Tuesday, November 7, 2017, 17:15

Wrocław University of Technology, 215 D-1

Speaker: Barnabas Farkas (TU Wien)

Title: Cardinal invariants versus towers in analytic P-ideals / An application of matrix iteration

Abstract:

I will present two models concerning interactions between the existence of towers in analytic P-ideals and their cardinal invariants.

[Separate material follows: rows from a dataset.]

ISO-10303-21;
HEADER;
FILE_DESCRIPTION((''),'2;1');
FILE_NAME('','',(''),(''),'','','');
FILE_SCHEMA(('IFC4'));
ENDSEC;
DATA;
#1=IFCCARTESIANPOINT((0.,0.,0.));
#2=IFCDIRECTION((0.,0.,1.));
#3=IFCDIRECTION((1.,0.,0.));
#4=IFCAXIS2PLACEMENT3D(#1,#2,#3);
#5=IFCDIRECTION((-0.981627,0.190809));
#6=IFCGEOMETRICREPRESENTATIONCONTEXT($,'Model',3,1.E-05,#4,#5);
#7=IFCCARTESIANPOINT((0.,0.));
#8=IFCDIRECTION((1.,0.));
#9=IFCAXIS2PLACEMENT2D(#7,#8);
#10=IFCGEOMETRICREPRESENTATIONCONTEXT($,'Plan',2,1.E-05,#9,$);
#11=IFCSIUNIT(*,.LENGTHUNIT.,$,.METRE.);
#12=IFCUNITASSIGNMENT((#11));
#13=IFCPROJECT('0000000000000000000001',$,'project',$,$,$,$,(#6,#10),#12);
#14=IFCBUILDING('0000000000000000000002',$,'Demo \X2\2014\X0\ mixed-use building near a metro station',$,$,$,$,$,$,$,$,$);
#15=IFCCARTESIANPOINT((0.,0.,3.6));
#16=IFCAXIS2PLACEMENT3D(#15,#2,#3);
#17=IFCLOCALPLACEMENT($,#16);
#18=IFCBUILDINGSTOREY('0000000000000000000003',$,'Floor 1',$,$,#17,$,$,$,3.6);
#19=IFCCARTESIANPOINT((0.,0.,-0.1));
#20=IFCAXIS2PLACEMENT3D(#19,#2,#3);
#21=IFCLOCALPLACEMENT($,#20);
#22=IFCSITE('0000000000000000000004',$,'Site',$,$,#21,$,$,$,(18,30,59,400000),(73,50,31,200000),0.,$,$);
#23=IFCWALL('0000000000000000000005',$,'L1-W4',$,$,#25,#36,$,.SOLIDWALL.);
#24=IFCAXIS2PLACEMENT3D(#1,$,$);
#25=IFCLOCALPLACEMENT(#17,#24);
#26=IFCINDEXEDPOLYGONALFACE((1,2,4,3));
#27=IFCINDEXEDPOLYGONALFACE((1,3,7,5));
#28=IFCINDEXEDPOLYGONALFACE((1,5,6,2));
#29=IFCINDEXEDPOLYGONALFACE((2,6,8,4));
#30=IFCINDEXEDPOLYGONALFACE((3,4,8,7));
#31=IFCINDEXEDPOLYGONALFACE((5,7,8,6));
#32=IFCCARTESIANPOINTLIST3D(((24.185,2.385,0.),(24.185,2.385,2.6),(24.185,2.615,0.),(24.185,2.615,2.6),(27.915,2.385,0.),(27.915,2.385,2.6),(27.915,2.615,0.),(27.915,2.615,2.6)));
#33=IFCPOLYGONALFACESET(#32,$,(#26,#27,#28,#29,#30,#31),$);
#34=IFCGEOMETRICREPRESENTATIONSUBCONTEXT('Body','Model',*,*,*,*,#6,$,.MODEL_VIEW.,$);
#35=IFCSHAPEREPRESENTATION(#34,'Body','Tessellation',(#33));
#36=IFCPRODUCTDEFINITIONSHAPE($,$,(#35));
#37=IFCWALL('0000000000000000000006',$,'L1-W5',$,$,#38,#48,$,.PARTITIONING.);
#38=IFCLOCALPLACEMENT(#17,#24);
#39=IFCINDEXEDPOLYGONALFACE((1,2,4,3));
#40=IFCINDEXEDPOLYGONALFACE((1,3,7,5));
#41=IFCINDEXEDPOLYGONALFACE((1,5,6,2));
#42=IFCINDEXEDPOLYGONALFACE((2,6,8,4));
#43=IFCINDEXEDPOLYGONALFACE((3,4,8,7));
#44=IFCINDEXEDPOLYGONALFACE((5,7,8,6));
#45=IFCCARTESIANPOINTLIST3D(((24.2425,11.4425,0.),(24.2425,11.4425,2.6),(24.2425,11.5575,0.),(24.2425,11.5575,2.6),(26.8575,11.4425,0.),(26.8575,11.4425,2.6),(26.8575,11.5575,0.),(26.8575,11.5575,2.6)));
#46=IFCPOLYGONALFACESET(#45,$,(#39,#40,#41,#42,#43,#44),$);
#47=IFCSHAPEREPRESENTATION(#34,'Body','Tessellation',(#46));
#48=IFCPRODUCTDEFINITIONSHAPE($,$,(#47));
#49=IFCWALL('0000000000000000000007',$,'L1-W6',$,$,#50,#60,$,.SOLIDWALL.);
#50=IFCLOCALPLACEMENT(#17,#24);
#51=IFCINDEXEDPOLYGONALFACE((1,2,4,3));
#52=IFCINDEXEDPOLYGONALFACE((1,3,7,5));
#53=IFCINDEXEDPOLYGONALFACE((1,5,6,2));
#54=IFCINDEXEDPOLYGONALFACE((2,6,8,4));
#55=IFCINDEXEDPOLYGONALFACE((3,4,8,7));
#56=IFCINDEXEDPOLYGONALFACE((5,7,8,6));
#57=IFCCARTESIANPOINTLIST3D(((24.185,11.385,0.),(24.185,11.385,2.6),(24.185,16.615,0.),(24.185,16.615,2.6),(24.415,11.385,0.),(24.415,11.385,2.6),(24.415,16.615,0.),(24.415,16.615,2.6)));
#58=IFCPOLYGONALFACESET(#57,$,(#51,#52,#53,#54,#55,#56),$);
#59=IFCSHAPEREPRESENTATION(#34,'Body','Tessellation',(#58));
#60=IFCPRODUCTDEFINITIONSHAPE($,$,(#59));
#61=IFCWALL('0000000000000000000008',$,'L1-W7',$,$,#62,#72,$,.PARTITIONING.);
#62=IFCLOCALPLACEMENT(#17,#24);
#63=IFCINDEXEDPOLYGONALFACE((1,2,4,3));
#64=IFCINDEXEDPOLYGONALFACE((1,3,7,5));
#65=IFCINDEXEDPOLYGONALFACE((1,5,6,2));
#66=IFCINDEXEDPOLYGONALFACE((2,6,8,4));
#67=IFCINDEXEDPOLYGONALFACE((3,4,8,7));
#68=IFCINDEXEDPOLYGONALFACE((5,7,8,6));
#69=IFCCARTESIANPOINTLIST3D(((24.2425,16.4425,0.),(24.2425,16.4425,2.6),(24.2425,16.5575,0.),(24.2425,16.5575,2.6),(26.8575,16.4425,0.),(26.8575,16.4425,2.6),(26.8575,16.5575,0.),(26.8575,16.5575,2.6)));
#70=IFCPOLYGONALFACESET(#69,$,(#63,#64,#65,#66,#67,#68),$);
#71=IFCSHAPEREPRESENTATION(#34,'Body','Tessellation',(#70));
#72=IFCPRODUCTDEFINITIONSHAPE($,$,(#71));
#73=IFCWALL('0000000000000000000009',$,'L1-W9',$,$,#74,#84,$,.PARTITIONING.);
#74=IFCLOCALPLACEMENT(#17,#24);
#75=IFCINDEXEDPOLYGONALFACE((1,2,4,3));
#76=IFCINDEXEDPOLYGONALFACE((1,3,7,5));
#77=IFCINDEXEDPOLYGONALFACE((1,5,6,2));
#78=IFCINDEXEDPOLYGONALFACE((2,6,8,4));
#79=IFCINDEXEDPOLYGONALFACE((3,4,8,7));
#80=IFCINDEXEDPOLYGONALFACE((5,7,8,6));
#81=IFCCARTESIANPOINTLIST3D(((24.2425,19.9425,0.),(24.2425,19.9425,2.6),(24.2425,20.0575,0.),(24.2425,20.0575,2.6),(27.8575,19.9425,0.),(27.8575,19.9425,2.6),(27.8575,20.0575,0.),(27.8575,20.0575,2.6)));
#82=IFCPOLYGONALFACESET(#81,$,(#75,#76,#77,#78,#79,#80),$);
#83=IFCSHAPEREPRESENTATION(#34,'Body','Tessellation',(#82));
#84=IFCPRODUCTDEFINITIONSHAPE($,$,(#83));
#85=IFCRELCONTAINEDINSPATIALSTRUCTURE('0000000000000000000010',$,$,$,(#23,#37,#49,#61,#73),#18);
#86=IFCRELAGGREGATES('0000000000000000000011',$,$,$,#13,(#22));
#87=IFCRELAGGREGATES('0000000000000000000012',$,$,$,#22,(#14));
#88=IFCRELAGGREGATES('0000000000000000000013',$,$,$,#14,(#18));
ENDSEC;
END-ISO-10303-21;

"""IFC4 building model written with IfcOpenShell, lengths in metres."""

from ifc_helpers import new_model, si_unit, direction, frame, origin_with_axes, origin_2d_with_axis, place, context, subcontext, project, spatial, line, indexed_curve, outline, extrude, element, save


model = new_model("IFC4")

# Units and contexts
model_context = context("Model", 3, precision=1e-05, world=origin_with_axes(), true_north=direction((-0.981627, 0.190809)))
plan_context = context("Plan", 2, precision=1e-05, world=origin_2d_with_axis())
body_context = subcontext(model_context, "Body", "Model", "MODEL_VIEW")
ifc_project = project(units=[si_unit("LENGTHUNIT", "METRE")], contexts=[model_context, plan_context])

# Site, building, storey
site_placement = place(None, frame((0.0, 0.0, -0.1), z_axis=(0.0, 0.0, 1.0), x_axis=(1.0, 0.0, 0.0)))
site = spatial("IfcSite", under=ifc_project, at=site_placement, Name="Site", RefLatitude=(18, 30, 59, 400000), RefLongitude=(73, 50, 31, 200000), RefElevation=0.0)
building = spatial("IfcBuilding", under=site, Name="Demo — mixed-use building near a metro station")
storey_placement = place(None, frame((0.0, 0.0, 3.6), z_axis=(0.0, 0.0, 1.0), x_axis=(1.0, 0.0, 0.0)))
storey = spatial("IfcBuildingStorey", under=building, at=storey_placement, Name="Floor 1", Elevation=3.6)

# Walls
wall_1_placement = place(storey_placement, frame((0.0, 0.0, -3.6), z_axis=(0.0, 0.0, 1.0), x_axis=(1.0, 0.0, 0.0)))
element("IfcWall", 1, at=wall_1_placement, inside=storey, Name="L1-W4", PredefinedType="SOLIDWALL", context=body_context, shape_type="SweptSolid", body=[
    extrude(outline(indexed_curve([(24.185, 2.615), (27.915, 2.615), (27.915, 2.385), (24.185, 2.385)], segments=[line(1, 2, 3, 4, 1)])), frame((0.0, 0.0, 3.6), z_axis=(0.0, 0.0, 1.0), x_axis=(1.0, 0.0, 0.0)), (0.0, 0.0, 1.0), 2.6),
])
wall_2_placement = place(storey_placement, frame((0.0, 0.0, -3.6), z_axis=(0.0, 0.0, 1.0), x_axis=(1.0, 0.0, 0.0)))
element("IfcWall", 2, at=wall_2_placement, inside=storey, Name="L1-W5", PredefinedType="PARTITIONING", context=body_context, shape_type="SweptSolid", body=[
    extrude(outline(indexed_curve([(24.2425, 11.5575), (26.8575, 11.5575), (26.8575, 11.4425), (24.2425, 11.4425)], segments=[line(1, 2, 3, 4, 1)])), frame((0.0, 0.0, 3.6), z_axis=(0.0, 0.0, 1.0), x_axis=(1.0, 0.0, 0.0)), (0.0, 0.0, 1.0), 2.6),
])
wall_3_placement = place(storey_placement, frame((0.0, 0.0, -3.6), z_axis=(0.0, 0.0, 1.0), x_axis=(1.0, 0.0, 0.0)))
element("IfcWall", 3, at=wall_3_placement, inside=storey, Name="L1-W6", PredefinedType="SOLIDWALL", context=body_context, shape_type="SweptSolid", body=[
    extrude(outline(indexed_curve([(24.415, 16.615), (24.415, 11.385), (24.185, 11.385), (24.185, 16.615)], segments=[line(1, 2, 3, 4, 1)])), frame((0.0, 0.0, 3.6), z_axis=(0.0, 0.0, 1.0), x_axis=(1.0, 0.0, 0.0)), (0.0, 0.0, 1.0), 2.6),
])
wall_4_placement = place(storey_placement, frame((0.0, 0.0, -3.6), z_axis=(0.0, 0.0, 1.0), x_axis=(1.0, 0.0, 0.0)))
element("IfcWall", 4, at=wall_4_placement, inside=storey, Name="L1-W7", PredefinedType="PARTITIONING", context=body_context, shape_type="SweptSolid", body=[
    extrude(outline(indexed_curve([(26.8575, 16.4425), (24.2425, 16.4425), (24.2425, 16.5575), (26.8575, 16.5575)], segments=[line(1, 2, 3, 4, 1)])), frame((0.0, 0.0, 3.6), z_axis=(0.0, 0.0, 1.0), x_axis=(1.0, 0.0, 0.0)), (0.0, 0.0, 1.0), 2.6),
])

# Wall
wall_5_placement = place(storey_placement, frame((0.0, 0.0, -3.6), z_axis=(0.0, 0.0, 1.0), x_axis=(1.0, 0.0, 0.0)))
element("IfcWall", 5, at=wall_5_placement, inside=storey, Name="L1-W9", PredefinedType="PARTITIONING", context=body_context, shape_type="SweptSolid", body=[
    extrude(outline(indexed_curve([(27.8575, 19.9425), (24.2425, 19.9425), (24.2425, 20.0575), (27.8575, 20.0575)], segments=[line(1, 2, 3, 4, 1)])), frame((0.0, 0.0, 3.6), z_axis=(0.0, 0.0, 1.0), x_axis=(1.0, 0.0, 0.0)), (0.0, 0.0, 1.0), 2.6),
])

save(model, "model.ifc")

It is trivial to see that if there is no tower in $\mathcal{I}$, then $\mathrm{add}^*(\mathcal{I})<\mathrm{cov}^*(\mathcal{I})$. I will prove that this implication cannot be reversed no matter the value of $\mathrm{non}^*(\mathcal{I})$. More precisely, let $\mathcal{I}$ be an arbitrary tall analytic P-ideal, I will construct the following two models:

Model1 of $\mathrm{non}^*(\mathcal{I})=\mathfrak{c}$,

there is a tower in $\mathcal{I}$, and $\mathrm{add}^*(\mathcal{I})<\mathrm{cov}^*(\mathcal{I})$. Method: Small filter iteration.

Model2 of $\mathrm{non}^*(\mathcal{I})<\mathfrak{c}$,

there is a tower in $\mathcal{I}$, and $\mathrm{add}^*(\mathcal{I})<\mathrm{cov}^*(\mathcal{I})$. Method: Matrix iteration.

This is a joint work with J. Brendle and J. Verner.